ACTIVITY: Only some lines are wanted. Transcribe, exactly, the lines below from the line with "#61=IFCINDEXEDPOLYGONALFACE((3,5,6,4));" up to and including the line with "#66=IFCPRODUCTDEFINITIONSHAPE($,$,(#65));".
╭──
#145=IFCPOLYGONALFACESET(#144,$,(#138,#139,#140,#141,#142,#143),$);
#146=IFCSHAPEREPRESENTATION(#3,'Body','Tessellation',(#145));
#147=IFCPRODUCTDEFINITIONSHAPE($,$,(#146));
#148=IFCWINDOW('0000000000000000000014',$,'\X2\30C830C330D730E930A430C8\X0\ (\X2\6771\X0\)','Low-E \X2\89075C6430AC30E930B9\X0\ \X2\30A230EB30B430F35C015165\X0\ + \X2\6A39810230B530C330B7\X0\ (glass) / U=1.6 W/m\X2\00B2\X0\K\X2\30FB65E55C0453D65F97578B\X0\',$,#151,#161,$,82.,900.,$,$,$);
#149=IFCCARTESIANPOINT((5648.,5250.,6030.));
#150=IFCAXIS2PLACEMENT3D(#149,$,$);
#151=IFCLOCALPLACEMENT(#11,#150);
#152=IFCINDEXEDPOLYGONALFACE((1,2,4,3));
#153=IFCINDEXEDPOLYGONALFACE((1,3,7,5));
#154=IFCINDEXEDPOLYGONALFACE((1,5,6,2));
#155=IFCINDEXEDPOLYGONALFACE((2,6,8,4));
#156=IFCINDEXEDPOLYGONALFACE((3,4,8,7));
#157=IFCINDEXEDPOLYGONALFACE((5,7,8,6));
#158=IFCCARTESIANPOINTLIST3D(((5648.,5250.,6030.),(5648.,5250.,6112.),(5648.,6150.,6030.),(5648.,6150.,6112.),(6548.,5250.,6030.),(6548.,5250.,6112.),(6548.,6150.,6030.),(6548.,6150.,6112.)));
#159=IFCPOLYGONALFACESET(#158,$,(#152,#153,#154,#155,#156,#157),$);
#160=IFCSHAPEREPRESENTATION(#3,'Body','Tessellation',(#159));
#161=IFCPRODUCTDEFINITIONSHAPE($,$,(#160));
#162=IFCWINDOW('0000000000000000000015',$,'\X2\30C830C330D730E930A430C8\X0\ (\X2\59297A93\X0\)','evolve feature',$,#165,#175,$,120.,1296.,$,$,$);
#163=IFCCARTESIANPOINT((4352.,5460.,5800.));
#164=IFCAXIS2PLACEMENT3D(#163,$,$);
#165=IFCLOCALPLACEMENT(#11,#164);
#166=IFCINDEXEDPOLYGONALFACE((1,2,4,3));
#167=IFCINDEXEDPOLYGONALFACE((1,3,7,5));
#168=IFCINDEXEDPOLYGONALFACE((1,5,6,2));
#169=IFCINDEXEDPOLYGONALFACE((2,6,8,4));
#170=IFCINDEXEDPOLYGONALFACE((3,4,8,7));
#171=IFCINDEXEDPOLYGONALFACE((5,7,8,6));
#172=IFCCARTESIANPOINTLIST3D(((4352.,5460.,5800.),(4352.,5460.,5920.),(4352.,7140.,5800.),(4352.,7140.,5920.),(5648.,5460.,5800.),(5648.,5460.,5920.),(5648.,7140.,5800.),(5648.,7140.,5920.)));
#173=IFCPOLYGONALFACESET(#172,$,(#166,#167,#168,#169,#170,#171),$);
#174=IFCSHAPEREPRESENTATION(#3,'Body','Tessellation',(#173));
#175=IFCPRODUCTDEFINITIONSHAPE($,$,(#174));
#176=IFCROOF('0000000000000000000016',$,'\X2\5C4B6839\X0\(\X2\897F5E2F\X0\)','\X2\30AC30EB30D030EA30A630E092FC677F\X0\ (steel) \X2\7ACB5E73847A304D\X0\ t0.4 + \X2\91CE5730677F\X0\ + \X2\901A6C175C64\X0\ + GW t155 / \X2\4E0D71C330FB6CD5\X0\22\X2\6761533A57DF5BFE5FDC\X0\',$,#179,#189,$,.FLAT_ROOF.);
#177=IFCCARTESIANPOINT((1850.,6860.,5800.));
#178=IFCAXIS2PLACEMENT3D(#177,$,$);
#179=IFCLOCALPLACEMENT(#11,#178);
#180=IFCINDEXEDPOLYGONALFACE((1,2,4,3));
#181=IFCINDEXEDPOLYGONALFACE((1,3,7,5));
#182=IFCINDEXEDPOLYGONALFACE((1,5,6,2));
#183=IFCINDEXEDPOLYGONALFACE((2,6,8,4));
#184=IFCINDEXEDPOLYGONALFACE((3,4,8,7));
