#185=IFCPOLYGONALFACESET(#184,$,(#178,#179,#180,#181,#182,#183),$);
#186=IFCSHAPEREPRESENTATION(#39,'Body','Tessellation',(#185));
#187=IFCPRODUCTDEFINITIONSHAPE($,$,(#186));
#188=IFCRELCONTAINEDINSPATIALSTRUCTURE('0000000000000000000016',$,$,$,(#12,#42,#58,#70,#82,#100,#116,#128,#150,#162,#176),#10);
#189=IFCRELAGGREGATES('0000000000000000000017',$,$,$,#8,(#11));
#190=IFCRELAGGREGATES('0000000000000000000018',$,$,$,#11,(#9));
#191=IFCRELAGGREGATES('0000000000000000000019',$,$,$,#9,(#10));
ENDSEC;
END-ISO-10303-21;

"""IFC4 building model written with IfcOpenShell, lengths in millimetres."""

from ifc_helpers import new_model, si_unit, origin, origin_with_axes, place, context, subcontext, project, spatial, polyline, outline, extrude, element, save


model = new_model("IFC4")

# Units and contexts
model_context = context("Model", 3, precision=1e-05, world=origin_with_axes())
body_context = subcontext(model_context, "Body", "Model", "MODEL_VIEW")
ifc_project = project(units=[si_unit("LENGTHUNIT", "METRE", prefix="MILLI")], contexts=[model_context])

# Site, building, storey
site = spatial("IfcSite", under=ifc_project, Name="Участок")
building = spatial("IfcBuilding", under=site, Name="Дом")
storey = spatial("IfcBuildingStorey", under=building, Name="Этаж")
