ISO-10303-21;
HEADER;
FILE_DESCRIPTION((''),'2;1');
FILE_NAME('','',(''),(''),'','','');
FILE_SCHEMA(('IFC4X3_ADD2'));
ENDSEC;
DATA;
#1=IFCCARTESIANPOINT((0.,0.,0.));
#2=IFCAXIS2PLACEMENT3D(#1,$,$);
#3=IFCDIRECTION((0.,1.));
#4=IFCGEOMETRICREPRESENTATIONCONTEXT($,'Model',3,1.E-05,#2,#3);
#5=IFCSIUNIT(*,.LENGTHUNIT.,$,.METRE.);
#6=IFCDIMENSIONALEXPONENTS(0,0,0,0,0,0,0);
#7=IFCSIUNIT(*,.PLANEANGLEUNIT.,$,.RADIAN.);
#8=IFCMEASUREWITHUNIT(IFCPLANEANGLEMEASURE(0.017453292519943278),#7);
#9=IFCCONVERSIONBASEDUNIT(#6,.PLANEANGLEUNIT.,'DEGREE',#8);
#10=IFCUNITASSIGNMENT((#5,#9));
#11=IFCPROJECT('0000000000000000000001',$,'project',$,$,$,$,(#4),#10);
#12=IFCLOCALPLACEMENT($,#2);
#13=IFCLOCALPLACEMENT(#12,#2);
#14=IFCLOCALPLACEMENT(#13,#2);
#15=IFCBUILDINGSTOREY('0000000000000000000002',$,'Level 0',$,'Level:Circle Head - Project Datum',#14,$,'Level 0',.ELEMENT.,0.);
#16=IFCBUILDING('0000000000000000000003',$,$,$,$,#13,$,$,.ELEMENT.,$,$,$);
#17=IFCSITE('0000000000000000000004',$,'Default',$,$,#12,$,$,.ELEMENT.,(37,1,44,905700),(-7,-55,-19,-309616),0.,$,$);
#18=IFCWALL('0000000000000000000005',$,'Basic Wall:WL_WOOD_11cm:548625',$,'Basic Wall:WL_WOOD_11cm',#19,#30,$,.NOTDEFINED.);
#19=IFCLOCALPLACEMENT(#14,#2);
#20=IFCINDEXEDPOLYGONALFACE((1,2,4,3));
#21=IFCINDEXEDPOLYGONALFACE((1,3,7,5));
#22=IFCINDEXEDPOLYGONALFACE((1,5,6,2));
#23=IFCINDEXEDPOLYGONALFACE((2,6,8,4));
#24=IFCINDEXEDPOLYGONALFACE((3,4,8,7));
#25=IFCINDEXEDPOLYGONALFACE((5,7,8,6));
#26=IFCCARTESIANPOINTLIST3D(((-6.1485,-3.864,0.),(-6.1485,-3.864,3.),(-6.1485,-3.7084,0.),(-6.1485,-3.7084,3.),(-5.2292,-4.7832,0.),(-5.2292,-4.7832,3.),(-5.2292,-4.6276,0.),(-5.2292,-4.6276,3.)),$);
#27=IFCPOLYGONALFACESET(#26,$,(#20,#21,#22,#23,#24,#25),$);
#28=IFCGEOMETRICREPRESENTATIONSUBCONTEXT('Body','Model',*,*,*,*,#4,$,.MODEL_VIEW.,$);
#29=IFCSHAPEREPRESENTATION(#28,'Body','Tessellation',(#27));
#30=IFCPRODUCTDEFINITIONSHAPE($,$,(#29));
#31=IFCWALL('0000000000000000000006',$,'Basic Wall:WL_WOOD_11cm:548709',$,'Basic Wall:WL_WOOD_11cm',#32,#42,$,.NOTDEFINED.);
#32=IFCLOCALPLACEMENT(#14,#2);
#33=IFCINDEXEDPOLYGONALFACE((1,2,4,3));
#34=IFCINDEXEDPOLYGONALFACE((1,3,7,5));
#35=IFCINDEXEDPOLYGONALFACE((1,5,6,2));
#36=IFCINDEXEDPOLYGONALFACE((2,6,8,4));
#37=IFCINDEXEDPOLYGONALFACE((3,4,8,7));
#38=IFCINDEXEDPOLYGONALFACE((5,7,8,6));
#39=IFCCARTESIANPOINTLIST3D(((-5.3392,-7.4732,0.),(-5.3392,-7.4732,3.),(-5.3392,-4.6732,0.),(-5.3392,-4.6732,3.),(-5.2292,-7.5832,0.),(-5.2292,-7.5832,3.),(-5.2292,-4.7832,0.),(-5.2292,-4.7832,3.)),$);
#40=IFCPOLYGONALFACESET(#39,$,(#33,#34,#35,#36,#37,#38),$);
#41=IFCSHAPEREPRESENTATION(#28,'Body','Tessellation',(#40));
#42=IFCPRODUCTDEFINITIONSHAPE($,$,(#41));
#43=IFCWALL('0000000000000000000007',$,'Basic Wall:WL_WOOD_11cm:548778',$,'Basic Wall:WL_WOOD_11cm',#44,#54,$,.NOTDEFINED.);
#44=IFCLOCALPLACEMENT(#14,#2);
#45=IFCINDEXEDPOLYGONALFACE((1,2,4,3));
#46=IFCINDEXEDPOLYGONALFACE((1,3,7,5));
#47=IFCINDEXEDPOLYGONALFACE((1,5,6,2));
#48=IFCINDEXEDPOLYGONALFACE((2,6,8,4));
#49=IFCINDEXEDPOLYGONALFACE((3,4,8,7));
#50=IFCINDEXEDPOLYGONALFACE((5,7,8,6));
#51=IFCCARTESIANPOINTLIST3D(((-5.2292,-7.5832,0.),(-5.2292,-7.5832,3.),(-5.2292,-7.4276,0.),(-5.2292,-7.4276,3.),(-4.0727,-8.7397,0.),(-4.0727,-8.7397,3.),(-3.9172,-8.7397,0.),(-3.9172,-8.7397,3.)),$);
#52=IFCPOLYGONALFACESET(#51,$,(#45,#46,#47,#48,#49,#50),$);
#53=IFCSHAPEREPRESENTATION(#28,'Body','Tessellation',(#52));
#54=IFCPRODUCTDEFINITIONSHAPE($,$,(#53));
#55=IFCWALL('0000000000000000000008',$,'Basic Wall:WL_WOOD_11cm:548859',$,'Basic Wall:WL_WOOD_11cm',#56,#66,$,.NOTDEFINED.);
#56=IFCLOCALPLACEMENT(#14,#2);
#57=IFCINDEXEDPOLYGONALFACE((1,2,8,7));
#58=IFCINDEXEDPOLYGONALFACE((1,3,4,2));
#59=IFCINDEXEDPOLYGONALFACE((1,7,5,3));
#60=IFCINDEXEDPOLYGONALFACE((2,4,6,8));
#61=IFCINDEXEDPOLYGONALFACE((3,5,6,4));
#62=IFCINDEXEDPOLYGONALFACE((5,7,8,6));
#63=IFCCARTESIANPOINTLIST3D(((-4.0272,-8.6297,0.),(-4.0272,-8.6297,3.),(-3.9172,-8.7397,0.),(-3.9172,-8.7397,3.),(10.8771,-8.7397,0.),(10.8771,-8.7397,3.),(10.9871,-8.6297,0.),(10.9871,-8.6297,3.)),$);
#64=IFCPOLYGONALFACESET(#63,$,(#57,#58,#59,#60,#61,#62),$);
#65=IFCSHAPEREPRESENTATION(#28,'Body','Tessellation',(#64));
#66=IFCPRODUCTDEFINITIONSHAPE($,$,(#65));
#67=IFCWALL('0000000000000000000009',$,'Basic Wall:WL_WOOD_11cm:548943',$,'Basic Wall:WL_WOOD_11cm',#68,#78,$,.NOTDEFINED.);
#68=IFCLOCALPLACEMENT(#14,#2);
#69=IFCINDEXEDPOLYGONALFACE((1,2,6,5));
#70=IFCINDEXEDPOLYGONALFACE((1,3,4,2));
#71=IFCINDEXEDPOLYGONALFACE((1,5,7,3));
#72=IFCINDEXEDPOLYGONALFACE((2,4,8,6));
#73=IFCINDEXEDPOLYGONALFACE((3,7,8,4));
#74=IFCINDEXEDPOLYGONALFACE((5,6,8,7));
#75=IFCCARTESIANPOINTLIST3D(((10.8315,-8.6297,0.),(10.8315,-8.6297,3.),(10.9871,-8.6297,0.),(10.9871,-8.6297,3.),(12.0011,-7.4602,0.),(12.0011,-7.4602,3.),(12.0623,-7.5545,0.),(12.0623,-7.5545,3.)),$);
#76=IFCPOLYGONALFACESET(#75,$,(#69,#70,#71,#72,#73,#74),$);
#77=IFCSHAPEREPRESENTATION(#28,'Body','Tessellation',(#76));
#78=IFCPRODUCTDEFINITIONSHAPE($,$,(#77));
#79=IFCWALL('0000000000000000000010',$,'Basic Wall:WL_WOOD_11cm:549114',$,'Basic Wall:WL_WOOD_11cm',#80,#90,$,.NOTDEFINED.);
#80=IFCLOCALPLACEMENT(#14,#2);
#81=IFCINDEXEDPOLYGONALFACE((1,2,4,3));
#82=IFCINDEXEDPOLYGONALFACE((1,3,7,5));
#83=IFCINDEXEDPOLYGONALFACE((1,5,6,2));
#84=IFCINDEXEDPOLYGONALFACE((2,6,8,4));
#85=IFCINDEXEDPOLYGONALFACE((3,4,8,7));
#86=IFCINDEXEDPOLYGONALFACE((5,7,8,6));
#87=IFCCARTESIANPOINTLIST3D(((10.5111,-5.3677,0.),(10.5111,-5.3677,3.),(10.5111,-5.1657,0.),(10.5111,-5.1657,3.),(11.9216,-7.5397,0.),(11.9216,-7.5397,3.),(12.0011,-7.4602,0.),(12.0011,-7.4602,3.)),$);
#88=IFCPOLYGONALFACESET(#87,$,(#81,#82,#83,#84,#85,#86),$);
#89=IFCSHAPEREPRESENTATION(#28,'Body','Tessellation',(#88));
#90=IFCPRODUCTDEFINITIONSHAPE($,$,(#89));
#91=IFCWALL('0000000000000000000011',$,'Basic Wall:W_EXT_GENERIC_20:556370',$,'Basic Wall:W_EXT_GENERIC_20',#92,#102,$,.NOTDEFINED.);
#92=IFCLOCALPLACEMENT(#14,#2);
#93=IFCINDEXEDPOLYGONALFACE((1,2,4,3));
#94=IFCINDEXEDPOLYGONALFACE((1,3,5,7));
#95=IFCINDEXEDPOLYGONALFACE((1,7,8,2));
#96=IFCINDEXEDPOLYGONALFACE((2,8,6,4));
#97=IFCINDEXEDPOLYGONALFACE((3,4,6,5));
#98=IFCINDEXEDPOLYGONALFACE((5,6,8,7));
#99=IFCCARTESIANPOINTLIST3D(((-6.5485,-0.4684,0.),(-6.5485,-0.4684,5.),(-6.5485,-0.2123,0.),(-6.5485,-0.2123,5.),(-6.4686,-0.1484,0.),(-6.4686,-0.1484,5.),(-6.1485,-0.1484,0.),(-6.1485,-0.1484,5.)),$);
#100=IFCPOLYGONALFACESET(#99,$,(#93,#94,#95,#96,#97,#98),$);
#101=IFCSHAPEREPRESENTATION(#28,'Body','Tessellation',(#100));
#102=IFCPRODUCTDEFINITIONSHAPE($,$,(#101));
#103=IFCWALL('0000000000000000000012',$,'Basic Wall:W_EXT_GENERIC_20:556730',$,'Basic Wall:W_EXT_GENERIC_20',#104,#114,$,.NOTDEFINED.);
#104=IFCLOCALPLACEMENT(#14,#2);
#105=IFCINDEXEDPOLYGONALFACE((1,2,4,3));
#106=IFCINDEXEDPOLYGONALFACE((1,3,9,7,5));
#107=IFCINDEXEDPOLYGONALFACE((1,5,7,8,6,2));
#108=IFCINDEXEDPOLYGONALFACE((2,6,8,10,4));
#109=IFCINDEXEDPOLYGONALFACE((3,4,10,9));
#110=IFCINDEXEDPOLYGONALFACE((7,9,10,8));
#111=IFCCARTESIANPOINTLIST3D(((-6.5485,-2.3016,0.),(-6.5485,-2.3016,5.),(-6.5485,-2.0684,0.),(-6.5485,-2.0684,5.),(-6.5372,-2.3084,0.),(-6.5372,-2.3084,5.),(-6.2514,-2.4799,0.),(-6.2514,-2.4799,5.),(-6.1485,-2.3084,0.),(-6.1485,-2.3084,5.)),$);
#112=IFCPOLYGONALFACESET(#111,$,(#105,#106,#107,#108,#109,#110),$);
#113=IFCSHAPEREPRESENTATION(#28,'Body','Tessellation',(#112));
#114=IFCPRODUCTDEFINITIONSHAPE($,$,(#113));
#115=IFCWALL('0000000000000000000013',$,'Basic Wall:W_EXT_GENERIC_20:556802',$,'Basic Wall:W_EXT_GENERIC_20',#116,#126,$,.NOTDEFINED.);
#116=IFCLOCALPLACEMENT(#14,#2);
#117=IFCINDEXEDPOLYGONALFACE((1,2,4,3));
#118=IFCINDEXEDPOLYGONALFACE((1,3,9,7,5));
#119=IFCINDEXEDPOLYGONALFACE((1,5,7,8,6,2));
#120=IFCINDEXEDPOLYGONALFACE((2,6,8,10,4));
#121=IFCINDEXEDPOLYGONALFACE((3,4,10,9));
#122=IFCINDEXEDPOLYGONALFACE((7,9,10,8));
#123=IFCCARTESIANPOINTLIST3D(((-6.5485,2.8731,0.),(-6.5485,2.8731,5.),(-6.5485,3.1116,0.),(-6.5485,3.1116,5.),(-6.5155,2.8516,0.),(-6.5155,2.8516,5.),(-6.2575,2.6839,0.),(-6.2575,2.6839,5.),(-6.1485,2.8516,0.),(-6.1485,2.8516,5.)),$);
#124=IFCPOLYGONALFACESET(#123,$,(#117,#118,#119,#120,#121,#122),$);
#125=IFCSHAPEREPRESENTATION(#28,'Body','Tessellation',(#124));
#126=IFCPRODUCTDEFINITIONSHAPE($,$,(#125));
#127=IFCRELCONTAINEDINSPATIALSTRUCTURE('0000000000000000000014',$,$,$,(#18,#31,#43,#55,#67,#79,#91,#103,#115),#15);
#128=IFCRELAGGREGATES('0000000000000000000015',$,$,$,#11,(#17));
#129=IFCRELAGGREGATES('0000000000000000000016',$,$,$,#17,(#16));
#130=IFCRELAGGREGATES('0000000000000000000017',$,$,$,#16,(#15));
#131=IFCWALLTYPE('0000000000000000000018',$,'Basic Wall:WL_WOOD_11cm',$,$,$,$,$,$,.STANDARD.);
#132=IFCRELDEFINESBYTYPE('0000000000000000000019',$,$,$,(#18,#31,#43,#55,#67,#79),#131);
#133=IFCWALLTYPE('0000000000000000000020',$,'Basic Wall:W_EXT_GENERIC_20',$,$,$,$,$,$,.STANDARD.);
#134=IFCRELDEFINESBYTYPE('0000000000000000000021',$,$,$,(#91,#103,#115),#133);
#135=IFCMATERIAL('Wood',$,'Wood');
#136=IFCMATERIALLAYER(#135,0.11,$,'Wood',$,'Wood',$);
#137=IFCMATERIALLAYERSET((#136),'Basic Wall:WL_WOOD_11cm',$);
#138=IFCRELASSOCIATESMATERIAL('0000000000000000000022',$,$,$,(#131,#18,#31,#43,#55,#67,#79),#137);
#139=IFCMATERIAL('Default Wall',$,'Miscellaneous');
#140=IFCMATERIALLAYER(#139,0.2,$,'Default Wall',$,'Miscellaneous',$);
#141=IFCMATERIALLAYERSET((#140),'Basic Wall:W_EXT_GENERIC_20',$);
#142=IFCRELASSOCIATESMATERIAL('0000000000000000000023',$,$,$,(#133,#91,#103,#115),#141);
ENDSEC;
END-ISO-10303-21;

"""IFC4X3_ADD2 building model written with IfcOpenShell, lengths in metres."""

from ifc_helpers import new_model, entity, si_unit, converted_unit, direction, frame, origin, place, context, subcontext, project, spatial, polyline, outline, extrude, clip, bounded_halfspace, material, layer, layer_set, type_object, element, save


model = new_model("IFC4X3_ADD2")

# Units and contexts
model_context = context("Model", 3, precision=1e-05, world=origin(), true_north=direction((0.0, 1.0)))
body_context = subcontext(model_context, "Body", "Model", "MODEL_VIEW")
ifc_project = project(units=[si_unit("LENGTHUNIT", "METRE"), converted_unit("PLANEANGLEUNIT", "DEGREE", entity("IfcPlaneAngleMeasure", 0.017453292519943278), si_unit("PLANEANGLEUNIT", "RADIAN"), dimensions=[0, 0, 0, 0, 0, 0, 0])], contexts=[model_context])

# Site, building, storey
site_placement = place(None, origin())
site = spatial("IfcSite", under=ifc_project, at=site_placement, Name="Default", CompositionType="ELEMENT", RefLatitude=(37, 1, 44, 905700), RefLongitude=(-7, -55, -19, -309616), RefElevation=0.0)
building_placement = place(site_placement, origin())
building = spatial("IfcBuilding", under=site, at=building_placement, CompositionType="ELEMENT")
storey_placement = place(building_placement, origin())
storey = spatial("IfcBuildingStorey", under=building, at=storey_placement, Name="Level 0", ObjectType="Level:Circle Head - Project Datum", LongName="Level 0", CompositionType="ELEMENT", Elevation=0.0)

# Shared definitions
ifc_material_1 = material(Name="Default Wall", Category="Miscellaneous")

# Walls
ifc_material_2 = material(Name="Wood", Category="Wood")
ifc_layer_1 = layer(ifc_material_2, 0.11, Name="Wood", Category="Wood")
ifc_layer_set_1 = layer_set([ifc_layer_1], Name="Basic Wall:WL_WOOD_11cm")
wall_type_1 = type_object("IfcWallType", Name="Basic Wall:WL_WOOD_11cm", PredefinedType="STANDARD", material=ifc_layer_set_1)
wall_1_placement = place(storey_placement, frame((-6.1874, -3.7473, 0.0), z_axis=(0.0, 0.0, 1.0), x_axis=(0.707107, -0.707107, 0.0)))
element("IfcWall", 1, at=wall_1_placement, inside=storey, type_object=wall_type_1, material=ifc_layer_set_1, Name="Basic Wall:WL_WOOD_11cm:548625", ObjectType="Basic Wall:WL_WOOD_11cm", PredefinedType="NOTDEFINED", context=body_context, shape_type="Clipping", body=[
╰──
EXERCISE RESPONSE:
#61=IFCINDEXEDPOLYGONALFACE((3,5,6,4));
#62=IFCINDEXEDPOLYGONALFACE((5,7,8,6));
#63=IFCCARTESIANPOINTLIST3D(((-4.0272,-8.6297,0.),(-4.0272,-8.6297,3.),(-3.9172,-8.7397,0.),(-3.9172,-8.7397,3.),(10.8771,-8.7397,0.),(10.8771,-8.7397,3.),(10.9871,-8.6297,0.),(10.9871,-8.6297,3.)),$);
#64=IFCPOLYGONALFACESET(#63,$,(#57,#58,#59,#60,#61,#62),$);
#65=IFCSHAPEREPRESENTATION(#28,'Body','Tessellation',(#64));
#66=IFCPRODUCTDEFINITIONSHAPE($,$,(#65));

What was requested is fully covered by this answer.